Return only the lines from the one containing "#119=IFCINDEXEDPOLYGONALFACE((9,11,32,30));" to the end of the entries below, exactly as written, both ends included.
********
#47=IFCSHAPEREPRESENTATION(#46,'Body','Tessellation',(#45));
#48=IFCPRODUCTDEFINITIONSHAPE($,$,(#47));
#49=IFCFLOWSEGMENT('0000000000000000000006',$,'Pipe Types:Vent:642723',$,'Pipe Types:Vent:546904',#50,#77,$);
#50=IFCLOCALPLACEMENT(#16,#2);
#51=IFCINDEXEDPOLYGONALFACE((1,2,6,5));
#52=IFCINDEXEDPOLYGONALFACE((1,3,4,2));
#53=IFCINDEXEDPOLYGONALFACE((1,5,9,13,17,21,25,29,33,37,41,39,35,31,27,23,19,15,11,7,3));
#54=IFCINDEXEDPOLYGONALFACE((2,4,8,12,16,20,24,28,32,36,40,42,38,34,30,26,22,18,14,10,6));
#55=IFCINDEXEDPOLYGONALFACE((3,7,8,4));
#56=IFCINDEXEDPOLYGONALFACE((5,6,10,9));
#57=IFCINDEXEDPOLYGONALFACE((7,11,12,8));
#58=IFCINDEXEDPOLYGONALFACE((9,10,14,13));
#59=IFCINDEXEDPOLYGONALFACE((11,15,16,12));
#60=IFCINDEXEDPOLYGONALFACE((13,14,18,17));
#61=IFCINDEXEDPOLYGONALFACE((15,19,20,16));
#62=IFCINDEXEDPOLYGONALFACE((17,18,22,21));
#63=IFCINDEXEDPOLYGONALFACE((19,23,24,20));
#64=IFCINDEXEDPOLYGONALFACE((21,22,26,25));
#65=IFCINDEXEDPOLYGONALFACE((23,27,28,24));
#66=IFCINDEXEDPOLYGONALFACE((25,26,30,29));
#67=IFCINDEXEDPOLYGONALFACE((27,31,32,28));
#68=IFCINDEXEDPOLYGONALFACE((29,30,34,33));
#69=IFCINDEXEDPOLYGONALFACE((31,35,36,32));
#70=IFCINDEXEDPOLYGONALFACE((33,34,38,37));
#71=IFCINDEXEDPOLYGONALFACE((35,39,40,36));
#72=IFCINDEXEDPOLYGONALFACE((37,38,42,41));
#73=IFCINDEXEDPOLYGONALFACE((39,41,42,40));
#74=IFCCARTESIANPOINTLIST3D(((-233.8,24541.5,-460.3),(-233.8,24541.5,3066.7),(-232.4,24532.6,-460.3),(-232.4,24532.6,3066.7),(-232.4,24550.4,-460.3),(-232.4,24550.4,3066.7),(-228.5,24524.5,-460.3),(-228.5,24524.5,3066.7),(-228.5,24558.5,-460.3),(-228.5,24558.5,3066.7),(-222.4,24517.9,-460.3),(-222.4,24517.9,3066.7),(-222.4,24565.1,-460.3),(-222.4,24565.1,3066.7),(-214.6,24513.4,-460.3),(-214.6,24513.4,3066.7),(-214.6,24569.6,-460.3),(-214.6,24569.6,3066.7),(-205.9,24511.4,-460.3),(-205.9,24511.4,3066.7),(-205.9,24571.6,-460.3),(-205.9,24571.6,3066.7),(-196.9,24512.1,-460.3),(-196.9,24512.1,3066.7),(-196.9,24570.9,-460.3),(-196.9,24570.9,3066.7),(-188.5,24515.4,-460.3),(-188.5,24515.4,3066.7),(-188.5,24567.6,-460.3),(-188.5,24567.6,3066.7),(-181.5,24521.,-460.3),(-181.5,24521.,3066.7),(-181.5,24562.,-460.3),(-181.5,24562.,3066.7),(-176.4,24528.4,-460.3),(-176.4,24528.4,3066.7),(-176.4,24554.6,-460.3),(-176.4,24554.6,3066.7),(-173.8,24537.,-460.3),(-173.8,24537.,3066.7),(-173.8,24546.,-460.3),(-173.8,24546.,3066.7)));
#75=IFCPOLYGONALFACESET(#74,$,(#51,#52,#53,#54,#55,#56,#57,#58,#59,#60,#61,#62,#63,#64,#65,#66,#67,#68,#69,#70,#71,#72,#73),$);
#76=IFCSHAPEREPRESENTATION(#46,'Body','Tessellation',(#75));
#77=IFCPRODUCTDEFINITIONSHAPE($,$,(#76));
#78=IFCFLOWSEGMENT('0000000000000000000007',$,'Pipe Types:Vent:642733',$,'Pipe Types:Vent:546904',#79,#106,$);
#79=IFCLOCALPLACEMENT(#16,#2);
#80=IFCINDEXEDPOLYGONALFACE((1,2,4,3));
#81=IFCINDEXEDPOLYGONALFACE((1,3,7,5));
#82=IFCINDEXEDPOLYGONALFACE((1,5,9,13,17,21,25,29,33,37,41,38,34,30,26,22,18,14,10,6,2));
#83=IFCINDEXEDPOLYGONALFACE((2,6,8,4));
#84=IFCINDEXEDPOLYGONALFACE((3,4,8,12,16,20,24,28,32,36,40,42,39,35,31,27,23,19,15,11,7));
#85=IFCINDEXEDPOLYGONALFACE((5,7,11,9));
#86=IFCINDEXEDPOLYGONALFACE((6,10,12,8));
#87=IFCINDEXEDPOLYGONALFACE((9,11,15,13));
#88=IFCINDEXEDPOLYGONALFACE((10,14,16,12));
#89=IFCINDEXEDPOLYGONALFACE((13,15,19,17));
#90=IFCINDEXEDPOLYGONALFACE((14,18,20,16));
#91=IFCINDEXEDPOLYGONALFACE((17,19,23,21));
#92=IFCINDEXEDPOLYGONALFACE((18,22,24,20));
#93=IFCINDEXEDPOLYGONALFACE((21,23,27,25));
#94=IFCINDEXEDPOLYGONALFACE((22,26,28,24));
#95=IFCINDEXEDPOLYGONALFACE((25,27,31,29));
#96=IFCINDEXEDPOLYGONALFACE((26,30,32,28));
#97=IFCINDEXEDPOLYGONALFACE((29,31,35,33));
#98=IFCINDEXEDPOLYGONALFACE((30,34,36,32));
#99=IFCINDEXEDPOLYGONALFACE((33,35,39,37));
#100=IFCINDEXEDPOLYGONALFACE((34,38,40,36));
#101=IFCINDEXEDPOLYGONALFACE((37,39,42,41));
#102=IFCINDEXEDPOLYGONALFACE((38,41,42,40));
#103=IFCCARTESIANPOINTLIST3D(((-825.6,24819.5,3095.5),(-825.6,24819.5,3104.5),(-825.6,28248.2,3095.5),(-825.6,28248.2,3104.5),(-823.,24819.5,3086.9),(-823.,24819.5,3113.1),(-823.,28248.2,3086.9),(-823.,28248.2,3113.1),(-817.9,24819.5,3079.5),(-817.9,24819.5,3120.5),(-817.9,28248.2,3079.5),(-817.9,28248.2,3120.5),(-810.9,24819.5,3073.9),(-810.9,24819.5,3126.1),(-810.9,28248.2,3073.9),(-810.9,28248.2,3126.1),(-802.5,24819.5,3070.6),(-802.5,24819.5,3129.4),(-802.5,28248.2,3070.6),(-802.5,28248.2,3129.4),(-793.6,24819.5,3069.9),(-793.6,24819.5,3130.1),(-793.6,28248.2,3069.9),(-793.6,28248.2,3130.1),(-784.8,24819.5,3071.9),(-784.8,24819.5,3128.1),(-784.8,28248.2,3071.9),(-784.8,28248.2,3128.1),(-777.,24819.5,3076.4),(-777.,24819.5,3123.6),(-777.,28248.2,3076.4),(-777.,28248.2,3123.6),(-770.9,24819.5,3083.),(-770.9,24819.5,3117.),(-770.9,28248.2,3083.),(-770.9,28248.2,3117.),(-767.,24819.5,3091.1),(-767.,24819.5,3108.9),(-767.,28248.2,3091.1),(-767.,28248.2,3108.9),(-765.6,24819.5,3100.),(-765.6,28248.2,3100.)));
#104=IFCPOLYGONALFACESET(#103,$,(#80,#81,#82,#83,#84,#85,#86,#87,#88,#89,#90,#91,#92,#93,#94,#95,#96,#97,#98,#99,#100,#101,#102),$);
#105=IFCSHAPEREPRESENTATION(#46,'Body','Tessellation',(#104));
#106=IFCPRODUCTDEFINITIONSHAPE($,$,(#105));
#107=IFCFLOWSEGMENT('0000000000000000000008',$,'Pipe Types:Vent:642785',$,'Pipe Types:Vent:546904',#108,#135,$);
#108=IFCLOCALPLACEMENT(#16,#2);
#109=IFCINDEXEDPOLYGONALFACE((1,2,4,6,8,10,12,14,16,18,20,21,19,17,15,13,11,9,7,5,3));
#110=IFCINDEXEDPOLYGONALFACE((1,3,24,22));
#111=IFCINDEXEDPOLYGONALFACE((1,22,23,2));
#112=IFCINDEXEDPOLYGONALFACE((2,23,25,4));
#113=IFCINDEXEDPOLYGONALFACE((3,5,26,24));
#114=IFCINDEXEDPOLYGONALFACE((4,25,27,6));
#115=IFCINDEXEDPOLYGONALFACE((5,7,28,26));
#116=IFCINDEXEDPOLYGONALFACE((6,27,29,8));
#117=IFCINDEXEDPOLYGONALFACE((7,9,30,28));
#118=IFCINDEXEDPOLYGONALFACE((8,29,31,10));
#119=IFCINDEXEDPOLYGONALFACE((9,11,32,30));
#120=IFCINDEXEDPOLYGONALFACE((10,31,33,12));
********
## TASK ANSWER
#119=IFCINDEXEDPOLYGONALFACE((9,11,32,30));
#120=IFCINDEXEDPOLYGONALFACE((10,31,33,12));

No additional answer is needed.